Martin Pollard

Personal information
- Full name: Martin Lee Pollard
- Born: 2 August 1977 (age 49) Shotley Bridge, County Durham, England
- Batting: Right-handed
- Bowling: Right-arm medium-fast

Domestic team information
- 2001–2006: Northumberland

Career statistics
| Competition | List A |
| Matches | 3 |
| Runs scored | 10 |
| Batting average | 10.00 |
| 100s/50s | –/– |
| Top score | 6 |
| Balls bowled | 156 |
| Wickets | 2 |
| Bowling average | 39.50 |
| 5 wickets in innings | – |
| 10 wickets in match | – |
| Best bowling | 1/18 |
| Catches/stumpings | –/– |
- Source: CricketArchive, 17 May 2011

= Martin Pollard =

English cricketer

Martin Lee Pollard (born 2 August 1977) is an English cricketer. Pollard is a right-handed batsman who bowls right-arm medium-fast. He was born in Shotley Bridge, County Durham.

Pollard made his debut for Northumberland in the 2001 Minor Counties Championship against the Hertfordshire.
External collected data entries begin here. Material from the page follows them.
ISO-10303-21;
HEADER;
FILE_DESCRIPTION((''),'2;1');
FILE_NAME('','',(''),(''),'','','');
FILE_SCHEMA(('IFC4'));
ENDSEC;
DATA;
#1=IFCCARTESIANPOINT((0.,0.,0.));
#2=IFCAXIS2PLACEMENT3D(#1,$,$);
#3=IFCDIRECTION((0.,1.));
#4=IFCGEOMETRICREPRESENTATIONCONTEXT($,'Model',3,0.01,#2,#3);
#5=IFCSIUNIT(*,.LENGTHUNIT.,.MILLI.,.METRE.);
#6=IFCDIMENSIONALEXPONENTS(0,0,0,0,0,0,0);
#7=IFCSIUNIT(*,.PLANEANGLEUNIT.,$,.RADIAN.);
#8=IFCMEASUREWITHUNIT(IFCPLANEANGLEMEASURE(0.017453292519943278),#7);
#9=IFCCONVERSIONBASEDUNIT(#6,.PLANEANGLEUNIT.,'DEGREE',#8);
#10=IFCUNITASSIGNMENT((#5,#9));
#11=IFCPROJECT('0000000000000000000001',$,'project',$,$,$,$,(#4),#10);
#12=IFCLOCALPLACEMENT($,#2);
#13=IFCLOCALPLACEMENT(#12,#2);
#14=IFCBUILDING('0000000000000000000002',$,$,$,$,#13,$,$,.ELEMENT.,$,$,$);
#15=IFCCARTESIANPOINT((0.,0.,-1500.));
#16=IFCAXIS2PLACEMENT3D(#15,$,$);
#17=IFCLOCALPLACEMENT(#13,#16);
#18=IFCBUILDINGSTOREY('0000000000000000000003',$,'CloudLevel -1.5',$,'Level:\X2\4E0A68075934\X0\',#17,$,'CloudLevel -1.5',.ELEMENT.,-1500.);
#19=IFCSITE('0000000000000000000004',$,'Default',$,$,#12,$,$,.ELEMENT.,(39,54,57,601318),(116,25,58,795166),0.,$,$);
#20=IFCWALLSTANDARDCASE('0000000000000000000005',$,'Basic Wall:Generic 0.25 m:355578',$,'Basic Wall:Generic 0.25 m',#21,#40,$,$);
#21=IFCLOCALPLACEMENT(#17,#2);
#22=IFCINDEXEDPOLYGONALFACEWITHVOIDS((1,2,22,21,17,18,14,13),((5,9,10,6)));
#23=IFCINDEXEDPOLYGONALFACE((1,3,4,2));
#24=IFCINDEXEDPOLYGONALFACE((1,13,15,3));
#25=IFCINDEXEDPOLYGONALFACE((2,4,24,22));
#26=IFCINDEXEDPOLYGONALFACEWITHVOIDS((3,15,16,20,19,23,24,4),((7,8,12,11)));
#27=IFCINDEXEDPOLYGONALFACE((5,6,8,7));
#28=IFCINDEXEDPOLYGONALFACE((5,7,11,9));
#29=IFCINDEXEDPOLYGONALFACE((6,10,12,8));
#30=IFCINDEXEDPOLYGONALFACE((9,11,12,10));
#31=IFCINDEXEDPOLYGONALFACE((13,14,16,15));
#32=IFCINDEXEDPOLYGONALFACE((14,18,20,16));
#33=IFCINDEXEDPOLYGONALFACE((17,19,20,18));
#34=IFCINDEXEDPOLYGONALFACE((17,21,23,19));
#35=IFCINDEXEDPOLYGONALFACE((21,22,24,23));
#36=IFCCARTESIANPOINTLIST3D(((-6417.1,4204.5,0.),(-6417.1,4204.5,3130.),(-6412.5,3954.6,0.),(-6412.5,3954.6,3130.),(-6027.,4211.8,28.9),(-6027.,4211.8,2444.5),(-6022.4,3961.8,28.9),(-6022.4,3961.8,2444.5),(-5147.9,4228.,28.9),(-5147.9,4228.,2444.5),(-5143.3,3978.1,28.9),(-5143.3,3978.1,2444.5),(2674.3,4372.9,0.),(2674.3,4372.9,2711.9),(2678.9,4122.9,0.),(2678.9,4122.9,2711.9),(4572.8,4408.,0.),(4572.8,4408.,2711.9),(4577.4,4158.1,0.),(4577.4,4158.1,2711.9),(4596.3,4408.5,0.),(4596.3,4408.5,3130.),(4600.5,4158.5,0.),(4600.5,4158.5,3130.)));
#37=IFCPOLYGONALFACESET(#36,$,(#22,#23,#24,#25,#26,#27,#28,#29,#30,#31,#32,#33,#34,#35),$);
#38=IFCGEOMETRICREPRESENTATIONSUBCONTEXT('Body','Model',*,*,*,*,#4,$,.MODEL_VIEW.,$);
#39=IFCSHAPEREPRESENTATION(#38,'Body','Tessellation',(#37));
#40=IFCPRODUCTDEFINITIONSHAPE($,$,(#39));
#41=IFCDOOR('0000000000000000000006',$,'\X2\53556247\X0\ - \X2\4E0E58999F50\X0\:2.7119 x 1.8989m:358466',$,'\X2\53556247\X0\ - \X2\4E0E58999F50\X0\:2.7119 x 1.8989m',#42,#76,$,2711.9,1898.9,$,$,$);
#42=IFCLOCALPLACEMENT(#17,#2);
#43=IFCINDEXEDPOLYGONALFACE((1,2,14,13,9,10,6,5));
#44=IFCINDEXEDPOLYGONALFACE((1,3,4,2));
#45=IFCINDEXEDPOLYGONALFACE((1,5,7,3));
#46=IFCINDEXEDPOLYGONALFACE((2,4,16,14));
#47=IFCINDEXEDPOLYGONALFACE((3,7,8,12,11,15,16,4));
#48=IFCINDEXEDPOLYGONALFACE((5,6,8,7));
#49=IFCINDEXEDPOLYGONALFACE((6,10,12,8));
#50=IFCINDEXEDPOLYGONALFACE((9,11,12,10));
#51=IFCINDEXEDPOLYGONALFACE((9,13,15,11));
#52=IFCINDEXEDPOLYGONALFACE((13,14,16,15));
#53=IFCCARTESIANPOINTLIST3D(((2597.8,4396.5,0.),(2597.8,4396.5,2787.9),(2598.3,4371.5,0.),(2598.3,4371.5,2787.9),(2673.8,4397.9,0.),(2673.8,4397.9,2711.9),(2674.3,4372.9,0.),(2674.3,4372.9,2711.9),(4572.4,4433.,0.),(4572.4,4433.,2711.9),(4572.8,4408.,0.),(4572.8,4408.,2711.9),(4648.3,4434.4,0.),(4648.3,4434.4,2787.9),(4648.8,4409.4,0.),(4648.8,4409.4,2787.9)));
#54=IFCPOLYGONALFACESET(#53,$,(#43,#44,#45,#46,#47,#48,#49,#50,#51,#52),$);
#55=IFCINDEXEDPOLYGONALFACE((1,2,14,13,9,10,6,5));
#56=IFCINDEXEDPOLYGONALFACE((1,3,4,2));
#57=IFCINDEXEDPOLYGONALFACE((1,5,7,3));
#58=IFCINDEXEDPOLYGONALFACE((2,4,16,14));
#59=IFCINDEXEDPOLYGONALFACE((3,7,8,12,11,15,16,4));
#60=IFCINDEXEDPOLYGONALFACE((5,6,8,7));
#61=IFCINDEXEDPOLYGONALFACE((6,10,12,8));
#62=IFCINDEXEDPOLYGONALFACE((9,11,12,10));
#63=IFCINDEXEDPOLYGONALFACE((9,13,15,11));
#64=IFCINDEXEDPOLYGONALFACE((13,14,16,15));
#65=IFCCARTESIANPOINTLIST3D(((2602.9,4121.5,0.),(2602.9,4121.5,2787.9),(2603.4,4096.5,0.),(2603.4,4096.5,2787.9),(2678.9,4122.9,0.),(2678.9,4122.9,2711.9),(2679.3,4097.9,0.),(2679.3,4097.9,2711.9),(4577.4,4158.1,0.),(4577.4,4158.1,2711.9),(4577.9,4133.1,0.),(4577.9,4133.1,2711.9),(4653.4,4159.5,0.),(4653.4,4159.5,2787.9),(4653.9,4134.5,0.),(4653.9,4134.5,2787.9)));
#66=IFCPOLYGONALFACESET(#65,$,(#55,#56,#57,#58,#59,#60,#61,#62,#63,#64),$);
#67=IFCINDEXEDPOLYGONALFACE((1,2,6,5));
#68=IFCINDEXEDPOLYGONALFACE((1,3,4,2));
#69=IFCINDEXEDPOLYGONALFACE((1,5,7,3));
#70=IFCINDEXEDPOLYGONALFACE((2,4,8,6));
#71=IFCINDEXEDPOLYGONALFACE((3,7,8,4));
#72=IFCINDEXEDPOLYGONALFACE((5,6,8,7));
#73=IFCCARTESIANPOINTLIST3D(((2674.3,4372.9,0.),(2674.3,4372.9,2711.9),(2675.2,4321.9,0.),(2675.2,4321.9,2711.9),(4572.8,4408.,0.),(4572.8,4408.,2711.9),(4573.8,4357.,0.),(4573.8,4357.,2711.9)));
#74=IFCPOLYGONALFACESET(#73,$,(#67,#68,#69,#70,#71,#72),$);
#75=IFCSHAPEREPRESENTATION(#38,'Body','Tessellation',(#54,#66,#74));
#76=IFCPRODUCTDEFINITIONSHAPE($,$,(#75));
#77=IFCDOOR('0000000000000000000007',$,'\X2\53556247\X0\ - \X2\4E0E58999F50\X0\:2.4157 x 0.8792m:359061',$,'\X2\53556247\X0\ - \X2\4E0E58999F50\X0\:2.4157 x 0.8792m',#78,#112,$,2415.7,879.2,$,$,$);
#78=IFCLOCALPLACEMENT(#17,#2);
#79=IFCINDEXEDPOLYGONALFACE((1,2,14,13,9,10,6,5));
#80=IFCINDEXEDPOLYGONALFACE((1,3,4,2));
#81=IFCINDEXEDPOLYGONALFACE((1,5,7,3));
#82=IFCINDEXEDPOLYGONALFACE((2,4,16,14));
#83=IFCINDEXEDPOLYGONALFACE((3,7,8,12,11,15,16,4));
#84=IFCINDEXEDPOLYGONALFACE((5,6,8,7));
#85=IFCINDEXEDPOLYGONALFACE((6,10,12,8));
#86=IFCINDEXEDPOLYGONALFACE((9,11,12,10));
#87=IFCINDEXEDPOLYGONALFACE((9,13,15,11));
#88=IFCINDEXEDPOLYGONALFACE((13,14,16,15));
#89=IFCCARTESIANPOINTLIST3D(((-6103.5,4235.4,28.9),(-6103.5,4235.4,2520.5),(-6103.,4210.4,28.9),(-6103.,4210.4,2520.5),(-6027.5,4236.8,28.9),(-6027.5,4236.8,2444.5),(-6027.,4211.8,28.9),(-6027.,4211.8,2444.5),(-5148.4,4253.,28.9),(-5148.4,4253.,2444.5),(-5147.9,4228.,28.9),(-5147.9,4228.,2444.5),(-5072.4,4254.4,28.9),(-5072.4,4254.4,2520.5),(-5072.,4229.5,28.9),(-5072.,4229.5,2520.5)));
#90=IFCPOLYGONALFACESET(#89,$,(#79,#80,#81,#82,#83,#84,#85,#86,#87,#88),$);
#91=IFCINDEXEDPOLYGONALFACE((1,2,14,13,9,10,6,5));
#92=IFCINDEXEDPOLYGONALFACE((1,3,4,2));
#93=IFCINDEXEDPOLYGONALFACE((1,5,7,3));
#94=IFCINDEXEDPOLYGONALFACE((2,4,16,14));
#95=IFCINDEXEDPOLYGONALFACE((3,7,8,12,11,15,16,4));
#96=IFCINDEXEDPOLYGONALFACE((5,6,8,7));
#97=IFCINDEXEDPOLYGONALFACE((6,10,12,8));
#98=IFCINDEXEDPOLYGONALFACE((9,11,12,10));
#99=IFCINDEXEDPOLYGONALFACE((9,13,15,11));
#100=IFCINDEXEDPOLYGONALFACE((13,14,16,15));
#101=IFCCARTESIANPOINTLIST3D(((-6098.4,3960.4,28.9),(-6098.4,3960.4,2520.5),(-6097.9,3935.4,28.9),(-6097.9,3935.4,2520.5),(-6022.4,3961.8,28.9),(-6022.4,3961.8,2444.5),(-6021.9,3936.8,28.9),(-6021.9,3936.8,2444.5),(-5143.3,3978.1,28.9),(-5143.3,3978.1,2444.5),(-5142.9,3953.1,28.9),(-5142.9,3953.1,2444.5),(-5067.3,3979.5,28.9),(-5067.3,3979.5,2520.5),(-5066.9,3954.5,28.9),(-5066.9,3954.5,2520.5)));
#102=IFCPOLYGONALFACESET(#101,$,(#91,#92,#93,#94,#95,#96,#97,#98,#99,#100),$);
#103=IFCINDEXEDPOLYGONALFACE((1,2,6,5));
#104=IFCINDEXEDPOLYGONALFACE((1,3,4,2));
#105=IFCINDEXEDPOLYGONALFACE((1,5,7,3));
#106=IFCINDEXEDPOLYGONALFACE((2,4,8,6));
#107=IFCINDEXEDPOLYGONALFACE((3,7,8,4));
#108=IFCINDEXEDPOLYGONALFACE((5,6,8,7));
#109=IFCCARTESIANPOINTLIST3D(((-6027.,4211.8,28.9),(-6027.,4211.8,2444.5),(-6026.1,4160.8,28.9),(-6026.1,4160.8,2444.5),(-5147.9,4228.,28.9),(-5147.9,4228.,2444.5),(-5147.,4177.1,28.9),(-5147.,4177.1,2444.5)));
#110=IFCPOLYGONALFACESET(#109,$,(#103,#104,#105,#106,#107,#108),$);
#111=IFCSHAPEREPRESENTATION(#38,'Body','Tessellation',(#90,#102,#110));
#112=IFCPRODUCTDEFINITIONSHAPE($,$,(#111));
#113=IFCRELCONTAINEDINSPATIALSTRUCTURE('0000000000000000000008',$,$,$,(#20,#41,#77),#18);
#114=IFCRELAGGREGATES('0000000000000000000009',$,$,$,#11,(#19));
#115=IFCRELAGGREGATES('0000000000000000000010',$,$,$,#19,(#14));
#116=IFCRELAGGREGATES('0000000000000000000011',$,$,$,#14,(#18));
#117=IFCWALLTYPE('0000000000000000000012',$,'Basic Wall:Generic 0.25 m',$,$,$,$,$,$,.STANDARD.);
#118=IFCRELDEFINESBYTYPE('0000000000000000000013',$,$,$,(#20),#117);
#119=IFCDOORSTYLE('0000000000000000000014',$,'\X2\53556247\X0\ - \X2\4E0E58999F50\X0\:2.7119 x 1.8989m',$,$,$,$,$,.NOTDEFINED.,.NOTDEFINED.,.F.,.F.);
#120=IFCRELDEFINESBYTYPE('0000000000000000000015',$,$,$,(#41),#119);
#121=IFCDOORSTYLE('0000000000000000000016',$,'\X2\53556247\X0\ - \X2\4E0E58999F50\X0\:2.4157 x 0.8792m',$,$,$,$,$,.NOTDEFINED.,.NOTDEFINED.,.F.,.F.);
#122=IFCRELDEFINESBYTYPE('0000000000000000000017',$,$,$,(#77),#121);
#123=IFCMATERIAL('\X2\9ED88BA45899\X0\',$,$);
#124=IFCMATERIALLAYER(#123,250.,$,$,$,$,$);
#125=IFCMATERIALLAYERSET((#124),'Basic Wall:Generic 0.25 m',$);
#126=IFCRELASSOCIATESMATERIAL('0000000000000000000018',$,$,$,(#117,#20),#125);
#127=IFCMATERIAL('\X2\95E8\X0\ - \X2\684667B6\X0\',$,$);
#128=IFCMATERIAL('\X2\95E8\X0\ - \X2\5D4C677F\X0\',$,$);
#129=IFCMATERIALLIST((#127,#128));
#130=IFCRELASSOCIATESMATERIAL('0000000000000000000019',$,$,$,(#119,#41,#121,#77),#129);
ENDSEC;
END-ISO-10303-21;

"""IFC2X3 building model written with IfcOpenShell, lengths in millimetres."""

from ifc_helpers import new_model, entity, si_unit, converted_unit, direction, frame, frame_2d, origin, place, context, subcontext, project, spatial, polyline, rectangle, outline, extrude, source, transform, mapped, material, material_list, layer, layer_set, layer_usage, type_object, type_shapes, element, fill, save


model = new_model("IFC2X3")

# Units and contexts
model_context = context("Model", 3, precision=0.01, world=origin(), true_north=direction((0.0, 1.0)))
body_context = subcontext(model_context, "Body", "Model", "MODEL_VIEW")
ifc_project = project(units=[si_unit("LENGTHUNIT", "METRE", prefix="MILLI"), converted_unit("PLANEANGLEUNIT", "DEGREE", entity("IfcPlaneAngleMeasure", 0.017453292519943278), si_unit("PLANEANGLEUNIT", "RADIAN"), dimensions=[0, 0, 0, 0, 0, 0, 0])], contexts=[model_context])

# Site, building, storey
site_placement = place(None, origin())
site = spatial("IfcSite", under=ifc_project, at=site_placement, Name="Default", CompositionType="ELEMENT", RefLatitude=(39, 54, 57, 601318), RefLongitude=(116, 25, 58, 795166), RefElevation=0.0)
building_placement = place(site_placement, origin())
building = spatial("IfcBuilding", under=site, at=building_placement, CompositionType="ELEMENT")
storey_placement = place(building_placement, frame((0.0, 0.0, -1500.0)))
storey = spatial("IfcBuildingStorey", under=building, at=storey_placement, Name="CloudLevel -1.5", ObjectType="Level:上标头", LongName="CloudLevel -1.5", CompositionType="ELEMENT", Elevation=-1500.0)

# Shared definitions
ifc_material_1 = material(Name="默认墙")
ifc_material_2 = material(Name="门 - 框架")
ifc_material_3 = material(Name="门 - 嵌板")
ifc_material_list = material_list([ifc_material_2, ifc_material_3])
Pollard played Minor counties cricket for Northumberland from 2001 to 2006, which included 19 Minor Counties Championship matches and 17 MCCA Knockout Trophy matches. He made his List A debut against Staffordshire in the 2nd round of the 2002 Cheltenham & Gloucester Trophy which was held in 2001. He played 2 further List A matches, against Leicestershire in the 2003 Cheltenham & Gloucester Trophy and Middlesex in the 2005 Cheltenham & Gloucester Trophy. In his 3 List A matches, he took 2 wickets at a bowling average of 39.50, with best figures of 1/18.
He currently plays for Tynemouth CC, in the North East Premier League, having done so since 2016, bowling off-spin, and has recently passed 500 NEPL wickets, despite major knee surgery for Sarcoma in 2020. Previously he played for Hetton Lyons, Blaydon, Benwell Hill (where he won the North East Premier League in 2002), Ashington, Gateshead Fell, Halesowen and Moseley Ashfield.